Material supplied:
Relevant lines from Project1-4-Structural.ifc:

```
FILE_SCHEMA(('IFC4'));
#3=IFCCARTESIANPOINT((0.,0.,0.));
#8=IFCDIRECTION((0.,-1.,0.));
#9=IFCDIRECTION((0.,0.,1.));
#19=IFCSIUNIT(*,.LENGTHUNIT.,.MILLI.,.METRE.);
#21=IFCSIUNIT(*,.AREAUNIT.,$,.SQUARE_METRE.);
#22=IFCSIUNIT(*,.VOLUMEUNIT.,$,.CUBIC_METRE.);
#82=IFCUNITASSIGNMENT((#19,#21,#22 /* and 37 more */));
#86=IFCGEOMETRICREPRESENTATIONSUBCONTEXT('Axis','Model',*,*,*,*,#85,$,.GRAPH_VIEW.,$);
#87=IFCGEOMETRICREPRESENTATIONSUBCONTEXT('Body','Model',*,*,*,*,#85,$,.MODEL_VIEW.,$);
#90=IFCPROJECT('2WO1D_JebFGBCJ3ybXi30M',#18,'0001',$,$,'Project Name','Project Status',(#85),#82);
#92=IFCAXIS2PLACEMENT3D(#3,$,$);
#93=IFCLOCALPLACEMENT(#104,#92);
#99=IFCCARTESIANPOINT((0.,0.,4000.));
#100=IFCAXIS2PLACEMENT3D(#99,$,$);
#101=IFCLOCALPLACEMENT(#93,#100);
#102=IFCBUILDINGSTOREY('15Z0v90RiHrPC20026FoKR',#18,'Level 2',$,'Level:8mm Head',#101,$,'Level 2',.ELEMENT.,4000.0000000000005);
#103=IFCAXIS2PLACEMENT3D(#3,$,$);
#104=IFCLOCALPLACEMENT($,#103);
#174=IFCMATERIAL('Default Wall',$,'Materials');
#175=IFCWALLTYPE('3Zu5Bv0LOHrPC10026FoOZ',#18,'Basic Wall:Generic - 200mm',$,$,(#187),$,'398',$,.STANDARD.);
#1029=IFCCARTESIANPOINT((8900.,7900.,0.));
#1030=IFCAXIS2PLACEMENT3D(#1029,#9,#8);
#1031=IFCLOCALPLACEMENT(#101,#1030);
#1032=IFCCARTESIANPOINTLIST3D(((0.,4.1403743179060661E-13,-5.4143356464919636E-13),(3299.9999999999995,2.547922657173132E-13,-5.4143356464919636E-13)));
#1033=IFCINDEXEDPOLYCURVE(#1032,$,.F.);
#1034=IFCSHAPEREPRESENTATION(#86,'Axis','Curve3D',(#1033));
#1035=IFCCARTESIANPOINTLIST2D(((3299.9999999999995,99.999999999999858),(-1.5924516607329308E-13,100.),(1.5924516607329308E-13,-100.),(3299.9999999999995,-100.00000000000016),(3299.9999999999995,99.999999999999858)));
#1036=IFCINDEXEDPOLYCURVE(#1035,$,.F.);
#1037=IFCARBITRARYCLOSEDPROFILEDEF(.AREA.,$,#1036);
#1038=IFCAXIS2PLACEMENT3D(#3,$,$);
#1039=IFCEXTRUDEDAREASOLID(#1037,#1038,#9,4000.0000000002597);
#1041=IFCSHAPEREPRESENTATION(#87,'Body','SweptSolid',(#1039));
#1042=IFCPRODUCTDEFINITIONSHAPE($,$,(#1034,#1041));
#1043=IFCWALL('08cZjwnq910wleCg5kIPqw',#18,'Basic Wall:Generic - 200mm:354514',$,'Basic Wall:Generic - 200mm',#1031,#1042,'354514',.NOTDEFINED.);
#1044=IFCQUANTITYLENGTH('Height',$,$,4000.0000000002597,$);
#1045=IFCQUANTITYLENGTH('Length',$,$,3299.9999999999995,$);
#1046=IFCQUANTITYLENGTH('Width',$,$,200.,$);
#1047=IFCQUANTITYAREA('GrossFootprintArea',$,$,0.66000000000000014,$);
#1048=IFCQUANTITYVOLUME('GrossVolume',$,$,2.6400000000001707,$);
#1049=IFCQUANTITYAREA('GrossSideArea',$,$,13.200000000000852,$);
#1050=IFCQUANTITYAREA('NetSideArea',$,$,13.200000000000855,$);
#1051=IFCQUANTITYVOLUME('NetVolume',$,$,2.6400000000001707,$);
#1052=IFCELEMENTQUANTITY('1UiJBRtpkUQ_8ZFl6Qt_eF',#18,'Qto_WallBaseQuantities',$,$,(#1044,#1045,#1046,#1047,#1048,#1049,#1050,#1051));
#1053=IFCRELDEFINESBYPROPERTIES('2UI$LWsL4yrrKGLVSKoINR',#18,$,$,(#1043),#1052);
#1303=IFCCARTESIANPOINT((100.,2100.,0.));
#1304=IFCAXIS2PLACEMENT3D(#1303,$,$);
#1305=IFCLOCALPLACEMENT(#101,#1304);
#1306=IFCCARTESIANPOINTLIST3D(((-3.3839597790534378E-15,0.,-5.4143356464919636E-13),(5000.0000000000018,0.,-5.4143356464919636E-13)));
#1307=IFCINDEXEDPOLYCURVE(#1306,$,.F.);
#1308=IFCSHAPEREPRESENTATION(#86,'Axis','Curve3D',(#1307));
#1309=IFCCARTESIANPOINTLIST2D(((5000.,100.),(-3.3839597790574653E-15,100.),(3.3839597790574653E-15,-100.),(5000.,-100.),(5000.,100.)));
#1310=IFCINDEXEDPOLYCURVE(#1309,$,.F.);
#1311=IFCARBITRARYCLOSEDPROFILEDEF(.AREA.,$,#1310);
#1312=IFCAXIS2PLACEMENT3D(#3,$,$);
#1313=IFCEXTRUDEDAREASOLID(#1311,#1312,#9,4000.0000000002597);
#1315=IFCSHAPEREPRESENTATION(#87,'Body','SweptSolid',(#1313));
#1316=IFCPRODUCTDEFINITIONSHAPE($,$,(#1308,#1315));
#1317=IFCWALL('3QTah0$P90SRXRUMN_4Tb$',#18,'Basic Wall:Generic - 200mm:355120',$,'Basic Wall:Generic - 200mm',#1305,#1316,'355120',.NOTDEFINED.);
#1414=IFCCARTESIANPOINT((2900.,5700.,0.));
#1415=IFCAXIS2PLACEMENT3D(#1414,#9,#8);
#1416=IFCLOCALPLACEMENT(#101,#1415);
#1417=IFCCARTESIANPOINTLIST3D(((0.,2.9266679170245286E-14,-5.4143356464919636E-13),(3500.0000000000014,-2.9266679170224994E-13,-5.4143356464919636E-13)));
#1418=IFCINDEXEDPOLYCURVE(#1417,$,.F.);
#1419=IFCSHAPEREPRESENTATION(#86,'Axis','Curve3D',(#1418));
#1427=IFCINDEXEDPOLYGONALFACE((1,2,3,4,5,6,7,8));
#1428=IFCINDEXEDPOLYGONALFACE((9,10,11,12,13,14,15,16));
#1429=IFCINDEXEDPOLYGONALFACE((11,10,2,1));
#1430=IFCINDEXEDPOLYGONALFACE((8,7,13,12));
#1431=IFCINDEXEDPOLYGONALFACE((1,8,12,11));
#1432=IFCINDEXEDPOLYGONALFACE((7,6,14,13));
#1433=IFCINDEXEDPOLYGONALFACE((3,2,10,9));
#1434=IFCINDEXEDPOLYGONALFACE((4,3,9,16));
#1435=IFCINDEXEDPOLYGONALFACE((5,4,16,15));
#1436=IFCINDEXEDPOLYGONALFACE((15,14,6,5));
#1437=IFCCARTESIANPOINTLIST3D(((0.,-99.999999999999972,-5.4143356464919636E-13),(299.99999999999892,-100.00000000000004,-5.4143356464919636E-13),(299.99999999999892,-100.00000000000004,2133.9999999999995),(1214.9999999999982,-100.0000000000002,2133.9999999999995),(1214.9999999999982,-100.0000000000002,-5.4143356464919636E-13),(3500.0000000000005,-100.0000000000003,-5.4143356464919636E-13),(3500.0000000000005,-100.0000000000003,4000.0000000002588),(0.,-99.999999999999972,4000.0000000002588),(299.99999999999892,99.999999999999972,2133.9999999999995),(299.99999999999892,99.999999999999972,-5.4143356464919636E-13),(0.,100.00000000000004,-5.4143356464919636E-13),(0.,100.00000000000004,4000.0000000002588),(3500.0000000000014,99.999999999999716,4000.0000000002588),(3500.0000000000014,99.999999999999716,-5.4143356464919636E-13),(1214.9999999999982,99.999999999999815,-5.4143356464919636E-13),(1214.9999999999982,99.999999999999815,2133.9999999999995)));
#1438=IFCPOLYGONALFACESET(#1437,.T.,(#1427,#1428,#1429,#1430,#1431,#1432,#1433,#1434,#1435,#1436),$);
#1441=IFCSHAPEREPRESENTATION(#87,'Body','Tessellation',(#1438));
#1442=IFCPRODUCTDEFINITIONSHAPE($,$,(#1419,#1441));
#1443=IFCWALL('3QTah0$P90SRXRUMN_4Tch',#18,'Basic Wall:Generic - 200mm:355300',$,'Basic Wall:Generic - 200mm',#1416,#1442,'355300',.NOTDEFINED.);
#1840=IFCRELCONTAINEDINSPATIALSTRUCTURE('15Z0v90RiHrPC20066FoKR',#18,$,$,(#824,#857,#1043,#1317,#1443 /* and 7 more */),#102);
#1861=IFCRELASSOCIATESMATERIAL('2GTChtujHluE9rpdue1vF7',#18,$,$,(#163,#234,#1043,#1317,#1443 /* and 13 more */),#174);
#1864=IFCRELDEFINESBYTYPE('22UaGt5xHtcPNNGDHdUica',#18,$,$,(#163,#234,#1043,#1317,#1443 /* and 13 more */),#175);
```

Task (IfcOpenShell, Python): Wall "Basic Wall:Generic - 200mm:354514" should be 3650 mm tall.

```python
import ifcopenshell
import ifcopenshell.api.pset
import ifcopenshell.geom
import ifcopenshell.util.element
import ifcopenshell.util.representation
import ifcopenshell.util.shape
import ifcopenshell.util.unit

model = ifcopenshell.open("Project1-4-Structural.ifc")
unit_scale = ifcopenshell.util.unit.calculate_unit_scale(model)
area_scale = ifcopenshell.util.unit.calculate_unit_scale(model, "AREAUNIT")
volume_scale = ifcopenshell.util.unit.calculate_unit_scale(model, "VOLUMEUNIT")
settings = ifcopenshell.geom.settings()


def volume(element):
    """Net volume in cubic metres, openings subtracted."""
    shape = ifcopenshell.geom.create_shape(settings, element)
    return ifcopenshell.util.shape.get_volume(shape.geometry)


wall = model.by_guid("08cZjwnq910wleCg5kIPqw")
before = volume(wall)

body = ifcopenshell.util.representation.get_representation(wall, "Model", "Body")
solid = body.Items[0]
old_height = solid.Depth
solid.Depth = 3.65 / unit_scale
after = volume(wall)
thickness = 0.2  # wall thickness in metres

# Update the stored height, areas and volumes.
qto = model.by_id(ifcopenshell.util.element.get_pset(wall, "Qto_WallBaseQuantities", should_inherit=False)["id"])
ifcopenshell.api.pset.edit_qto(model, qto=qto, properties={
    "Height": solid.Depth,
    "GrossVolume": ifcopenshell.util.element.get_pset(wall, "Qto_WallBaseQuantities", "GrossVolume") * solid.Depth / old_height,
    "GrossSideArea": ifcopenshell.util.element.get_pset(wall, "Qto_WallBaseQuantities", "GrossSideArea") * solid.Depth / old_height,
    "NetSideArea": after / thickness / area_scale,
    "NetVolume": after / volume_scale,
})

print(f"height {old_height:g} -> {solid.Depth:g}, volume {before:.3f} -> {after:.3f} m3")

model.write("Project1-4-Structural_edited.ifc")
```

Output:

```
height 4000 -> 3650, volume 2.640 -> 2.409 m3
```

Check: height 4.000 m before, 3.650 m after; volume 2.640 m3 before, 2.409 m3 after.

What you need to do: Report only the number of lines in the records that include the word "IFCSHAPEREPRESENTATION".

Answer to the problem: 6